#  >  > General Discussion >  >  > Free Spells >  >  >  Money Spell

## jaggednib

I posted this under the Witchcraft section, but I realized it would probably get better results under this section, so here it is again:

I want to premise this by saying that I don't want you to give me spells, but I'd like some ideas brainstorming for a money drawing spell that I'd like to cast either tonight or tomorrow night. 
I know many people will tell me to do whatever feels right to me, but right now I'm a little unsure of what I want to do and could just use some ideas to look at and pick from. 
I have some money drawing incense, a green candle, a white mojo bag, and some other trinkets and a really nice deck of tarot cards (the fantastical creature deck) that I'd like to incorporate as well. 
I'm just looking for some more ideas/trinkets/words/chants etc that I can use to make this as effective as I can. 


Thanks!

----------


## Plarkenstorf

Channel the mighty spirit of Craigslist.

----------


## serpent

If your gonna sell out, why not do it right on the street corner. You know who else works there .......

----------


## Belphebe

You seem to be doing everything right, so go with what you have. You can write your petition on a piece of paper put money drawing oil on it, and burn the paper over the candle envisioning what you want, then forget about it.

----------


## Azaziel

> I posted this under the Witchcraft section, but I realized it would probably get better results under this section, so here it is again:
> 
> I want to premise this by saying that I don't want you to give me spells, but I'd like some ideas brainstorming for a money drawing spell that I'd like to cast either tonight or tomorrow night. 
> I know many people will tell me to do whatever feels right to me, but right now I'm a little unsure of what I want to do and could just use some ideas to look at and pick from. 
> I have some money drawing incense, a green candle, a white mojo bag, and some other trinkets and a really nice deck of tarot cards (the fantastical creature deck) that I'd like to incorporate as well. 
> I'm just looking for some more ideas/trinkets/words/chants etc that I can use to make this as effective as I can. 
> 
> 
> Thanks!


You can save yourself of all the paraphernalia and get better results by masturbating in the shower every morning and watch dollar/pound/euro notes raining down on you as you come. This will give you small bundles of money. To really get wealthy you have to paradigm shift your world.

----------


## PrinceQuddus

what do you mean by paradigm shift your world.? what paradigm will you adopt

----------


## devakxes

I'd suggest doing it on a thursday - which connects with Jupiter and expansion/fortune.
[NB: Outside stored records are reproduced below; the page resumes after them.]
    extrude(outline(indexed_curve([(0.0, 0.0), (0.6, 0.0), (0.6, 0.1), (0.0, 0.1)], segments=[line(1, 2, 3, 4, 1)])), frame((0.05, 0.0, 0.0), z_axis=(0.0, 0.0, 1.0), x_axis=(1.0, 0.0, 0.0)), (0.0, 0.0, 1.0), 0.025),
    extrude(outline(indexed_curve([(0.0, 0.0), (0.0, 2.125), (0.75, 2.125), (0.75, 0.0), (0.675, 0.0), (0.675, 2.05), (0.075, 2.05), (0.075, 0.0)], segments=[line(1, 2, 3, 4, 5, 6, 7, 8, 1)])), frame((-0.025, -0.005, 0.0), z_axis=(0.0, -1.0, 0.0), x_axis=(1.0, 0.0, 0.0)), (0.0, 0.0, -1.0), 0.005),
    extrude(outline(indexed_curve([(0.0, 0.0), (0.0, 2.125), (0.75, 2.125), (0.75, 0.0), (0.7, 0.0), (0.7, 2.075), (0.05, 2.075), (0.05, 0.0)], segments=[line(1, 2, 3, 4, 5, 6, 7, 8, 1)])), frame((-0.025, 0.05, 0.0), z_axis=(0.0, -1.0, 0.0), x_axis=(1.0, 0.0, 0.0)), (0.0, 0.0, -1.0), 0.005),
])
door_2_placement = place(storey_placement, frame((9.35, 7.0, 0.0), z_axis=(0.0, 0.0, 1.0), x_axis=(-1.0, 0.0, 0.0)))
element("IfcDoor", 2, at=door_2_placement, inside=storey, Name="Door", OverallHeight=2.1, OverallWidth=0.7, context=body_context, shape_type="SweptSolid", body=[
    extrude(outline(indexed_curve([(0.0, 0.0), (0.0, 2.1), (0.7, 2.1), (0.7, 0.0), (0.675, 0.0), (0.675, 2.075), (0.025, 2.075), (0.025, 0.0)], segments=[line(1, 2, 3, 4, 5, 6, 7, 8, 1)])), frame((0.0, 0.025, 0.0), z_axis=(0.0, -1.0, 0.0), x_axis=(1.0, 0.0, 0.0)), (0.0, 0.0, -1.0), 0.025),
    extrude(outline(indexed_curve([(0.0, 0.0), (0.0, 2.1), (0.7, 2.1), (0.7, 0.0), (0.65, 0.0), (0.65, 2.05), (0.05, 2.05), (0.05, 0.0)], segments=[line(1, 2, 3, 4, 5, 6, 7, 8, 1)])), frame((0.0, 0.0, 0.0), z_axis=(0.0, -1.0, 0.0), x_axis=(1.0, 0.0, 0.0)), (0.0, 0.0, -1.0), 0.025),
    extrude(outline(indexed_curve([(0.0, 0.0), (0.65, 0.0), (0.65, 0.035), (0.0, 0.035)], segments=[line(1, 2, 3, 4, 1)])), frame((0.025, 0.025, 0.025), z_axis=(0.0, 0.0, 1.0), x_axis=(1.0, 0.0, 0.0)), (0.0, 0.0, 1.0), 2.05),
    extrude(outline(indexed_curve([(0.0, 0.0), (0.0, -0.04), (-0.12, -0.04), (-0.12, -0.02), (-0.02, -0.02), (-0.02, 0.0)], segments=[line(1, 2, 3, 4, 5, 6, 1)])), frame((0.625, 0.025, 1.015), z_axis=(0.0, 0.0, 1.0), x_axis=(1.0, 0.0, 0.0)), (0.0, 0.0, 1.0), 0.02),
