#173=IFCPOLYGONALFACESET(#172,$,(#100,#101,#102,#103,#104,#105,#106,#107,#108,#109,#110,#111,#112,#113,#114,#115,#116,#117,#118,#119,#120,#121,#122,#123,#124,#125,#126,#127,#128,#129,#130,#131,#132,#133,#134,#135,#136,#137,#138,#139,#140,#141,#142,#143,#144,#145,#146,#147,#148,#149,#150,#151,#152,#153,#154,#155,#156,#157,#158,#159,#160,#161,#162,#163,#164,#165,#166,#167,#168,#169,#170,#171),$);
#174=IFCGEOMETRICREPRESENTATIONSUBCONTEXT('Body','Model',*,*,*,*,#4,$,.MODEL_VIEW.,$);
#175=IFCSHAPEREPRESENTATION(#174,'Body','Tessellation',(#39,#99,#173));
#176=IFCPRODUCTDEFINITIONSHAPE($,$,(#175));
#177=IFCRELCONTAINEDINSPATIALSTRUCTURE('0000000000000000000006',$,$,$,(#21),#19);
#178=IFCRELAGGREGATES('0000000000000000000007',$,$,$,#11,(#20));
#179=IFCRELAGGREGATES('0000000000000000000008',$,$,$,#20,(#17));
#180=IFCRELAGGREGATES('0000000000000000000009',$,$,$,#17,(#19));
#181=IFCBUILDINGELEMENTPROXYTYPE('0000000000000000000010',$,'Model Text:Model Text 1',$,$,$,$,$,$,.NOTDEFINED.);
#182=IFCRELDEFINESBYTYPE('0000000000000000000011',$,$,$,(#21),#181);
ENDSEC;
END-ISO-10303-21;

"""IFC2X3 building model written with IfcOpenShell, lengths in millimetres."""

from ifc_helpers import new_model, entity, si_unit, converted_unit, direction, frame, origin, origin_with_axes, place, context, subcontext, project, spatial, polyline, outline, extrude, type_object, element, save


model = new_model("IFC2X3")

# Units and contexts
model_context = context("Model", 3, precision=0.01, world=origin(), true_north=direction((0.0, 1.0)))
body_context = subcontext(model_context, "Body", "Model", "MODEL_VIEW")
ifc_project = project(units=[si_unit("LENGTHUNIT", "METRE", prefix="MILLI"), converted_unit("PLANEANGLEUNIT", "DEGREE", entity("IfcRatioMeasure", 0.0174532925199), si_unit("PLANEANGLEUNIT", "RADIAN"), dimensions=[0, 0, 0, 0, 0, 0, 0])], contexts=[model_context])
Dandelion wine is also supposed to be good in these kinds of working. I'm sure rum could be as well.

----------


## CynicalSoul

One thing I've tried and found success with, is drawing the sigil of Jupiter on a piece of paper, small enough to put in your wallet. Charge it. Wrap a dollar around it. Charge it again. Put in your wallet, and attract money. You are basically creating a metaphysical money magnet (Use this thought when charging). Just recharge when it's effectiveness seems to diminish. Just some simple chaos magic.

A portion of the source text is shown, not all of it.